• [WHAT YOU NEED TO DO]: Whenever a line in the entries includes the word "Radius", copy that line out.

[Stored data]
=== Begin Enclosure ===
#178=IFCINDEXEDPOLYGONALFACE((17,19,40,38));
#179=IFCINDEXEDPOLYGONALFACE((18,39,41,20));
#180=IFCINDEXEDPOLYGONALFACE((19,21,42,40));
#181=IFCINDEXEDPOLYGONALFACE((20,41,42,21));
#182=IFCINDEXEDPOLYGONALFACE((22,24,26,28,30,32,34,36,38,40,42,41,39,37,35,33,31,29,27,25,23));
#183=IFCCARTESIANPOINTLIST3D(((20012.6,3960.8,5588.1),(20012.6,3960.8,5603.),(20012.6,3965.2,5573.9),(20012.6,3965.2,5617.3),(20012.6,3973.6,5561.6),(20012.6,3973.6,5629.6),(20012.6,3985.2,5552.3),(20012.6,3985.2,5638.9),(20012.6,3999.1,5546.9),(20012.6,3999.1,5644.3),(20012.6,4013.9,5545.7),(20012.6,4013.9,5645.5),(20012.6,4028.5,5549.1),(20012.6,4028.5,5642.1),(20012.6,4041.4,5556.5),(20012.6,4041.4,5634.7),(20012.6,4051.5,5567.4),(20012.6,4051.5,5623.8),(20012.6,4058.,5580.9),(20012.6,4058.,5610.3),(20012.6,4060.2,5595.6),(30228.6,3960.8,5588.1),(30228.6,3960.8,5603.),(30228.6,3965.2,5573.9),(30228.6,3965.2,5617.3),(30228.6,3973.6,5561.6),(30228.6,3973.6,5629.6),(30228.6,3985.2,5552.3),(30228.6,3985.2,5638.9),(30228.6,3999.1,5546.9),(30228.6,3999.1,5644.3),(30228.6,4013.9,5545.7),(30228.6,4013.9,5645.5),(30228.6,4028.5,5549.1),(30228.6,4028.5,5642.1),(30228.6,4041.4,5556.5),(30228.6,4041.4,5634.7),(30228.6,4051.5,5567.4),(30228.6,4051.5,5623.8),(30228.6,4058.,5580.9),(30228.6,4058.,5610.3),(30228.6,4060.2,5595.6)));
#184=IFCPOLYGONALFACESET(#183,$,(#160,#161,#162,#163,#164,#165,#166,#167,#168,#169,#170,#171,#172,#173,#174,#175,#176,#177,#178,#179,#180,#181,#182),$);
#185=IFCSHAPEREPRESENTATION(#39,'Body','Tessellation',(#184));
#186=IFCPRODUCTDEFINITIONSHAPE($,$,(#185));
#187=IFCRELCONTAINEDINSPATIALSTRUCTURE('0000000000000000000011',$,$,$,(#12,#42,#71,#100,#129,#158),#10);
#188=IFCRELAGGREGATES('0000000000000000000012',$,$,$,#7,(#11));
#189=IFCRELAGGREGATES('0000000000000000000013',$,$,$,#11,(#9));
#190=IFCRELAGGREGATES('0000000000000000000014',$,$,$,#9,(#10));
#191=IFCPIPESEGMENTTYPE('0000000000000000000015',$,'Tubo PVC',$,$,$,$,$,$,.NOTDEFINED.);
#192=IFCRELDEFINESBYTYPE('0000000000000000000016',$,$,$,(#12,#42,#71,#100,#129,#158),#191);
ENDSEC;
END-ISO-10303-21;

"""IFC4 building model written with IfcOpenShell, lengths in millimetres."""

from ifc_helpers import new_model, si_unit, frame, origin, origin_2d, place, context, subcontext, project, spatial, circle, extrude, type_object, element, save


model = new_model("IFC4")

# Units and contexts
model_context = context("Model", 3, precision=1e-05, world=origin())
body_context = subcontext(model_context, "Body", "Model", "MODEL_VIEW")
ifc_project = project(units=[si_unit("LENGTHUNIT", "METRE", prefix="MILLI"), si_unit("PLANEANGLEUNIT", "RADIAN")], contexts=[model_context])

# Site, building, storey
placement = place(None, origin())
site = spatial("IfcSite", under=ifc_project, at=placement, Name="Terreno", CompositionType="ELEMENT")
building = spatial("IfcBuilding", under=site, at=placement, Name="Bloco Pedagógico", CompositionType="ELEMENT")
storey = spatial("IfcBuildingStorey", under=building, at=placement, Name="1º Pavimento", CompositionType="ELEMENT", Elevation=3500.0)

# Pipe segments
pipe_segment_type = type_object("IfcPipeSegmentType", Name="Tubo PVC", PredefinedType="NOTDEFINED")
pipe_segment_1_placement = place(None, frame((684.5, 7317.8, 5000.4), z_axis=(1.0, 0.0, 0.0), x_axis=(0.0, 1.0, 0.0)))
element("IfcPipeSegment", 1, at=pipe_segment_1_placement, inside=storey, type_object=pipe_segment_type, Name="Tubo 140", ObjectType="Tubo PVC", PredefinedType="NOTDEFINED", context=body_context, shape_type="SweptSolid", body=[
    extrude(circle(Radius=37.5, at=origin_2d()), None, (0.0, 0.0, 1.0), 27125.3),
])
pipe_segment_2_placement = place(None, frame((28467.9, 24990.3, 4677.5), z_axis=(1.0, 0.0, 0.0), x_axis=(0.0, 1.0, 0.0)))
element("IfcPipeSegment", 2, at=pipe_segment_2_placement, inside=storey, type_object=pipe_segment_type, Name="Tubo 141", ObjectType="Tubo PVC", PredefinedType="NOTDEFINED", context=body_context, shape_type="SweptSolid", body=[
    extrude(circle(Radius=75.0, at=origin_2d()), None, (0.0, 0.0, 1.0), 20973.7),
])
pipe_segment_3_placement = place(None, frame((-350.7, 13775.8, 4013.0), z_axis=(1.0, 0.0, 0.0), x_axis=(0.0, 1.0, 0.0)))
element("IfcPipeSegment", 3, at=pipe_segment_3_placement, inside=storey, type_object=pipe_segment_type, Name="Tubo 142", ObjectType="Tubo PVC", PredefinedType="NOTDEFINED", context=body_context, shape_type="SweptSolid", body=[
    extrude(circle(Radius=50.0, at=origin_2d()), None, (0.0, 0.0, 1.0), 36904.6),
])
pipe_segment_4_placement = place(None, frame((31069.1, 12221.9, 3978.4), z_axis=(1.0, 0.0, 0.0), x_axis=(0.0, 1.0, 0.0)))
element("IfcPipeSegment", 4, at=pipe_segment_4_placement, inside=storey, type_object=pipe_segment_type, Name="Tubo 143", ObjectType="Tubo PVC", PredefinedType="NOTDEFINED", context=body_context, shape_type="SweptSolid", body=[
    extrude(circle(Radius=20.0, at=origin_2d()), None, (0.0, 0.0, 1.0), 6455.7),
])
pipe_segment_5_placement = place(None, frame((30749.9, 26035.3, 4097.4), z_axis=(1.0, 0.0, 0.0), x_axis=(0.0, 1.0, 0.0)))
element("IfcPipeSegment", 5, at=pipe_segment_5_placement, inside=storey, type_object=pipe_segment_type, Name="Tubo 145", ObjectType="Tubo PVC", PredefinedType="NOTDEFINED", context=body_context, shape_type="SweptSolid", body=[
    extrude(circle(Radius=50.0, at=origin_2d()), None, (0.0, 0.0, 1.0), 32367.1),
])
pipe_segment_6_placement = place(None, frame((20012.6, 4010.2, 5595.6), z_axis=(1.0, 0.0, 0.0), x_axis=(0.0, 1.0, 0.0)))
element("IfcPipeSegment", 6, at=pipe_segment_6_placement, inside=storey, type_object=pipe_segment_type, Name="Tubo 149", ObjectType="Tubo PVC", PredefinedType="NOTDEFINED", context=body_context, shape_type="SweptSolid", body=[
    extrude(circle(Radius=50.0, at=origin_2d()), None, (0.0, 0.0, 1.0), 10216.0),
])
=== End Enclosure ===
• [REPLY]:
    extrude(circle(Radius=37.5, at=origin_2d()), None, (0.0, 0.0, 1.0), 27125.3),
    extrude(circle(Radius=75.0, at=origin_2d()), None, (0.0, 0.0, 1.0), 20973.7),
    extrude(circle(Radius=50.0, at=origin_2d()), None, (0.0, 0.0, 1.0), 36904.6),
    extrude(circle(Radius=20.0, at=origin_2d()), None, (0.0, 0.0, 1.0), 6455.7),
    extrude(circle(Radius=50.0, at=origin_2d()), None, (0.0, 0.0, 1.0), 32367.1),
    extrude(circle(Radius=50.0, at=origin_2d()), None, (0.0, 0.0, 1.0), 10216.0),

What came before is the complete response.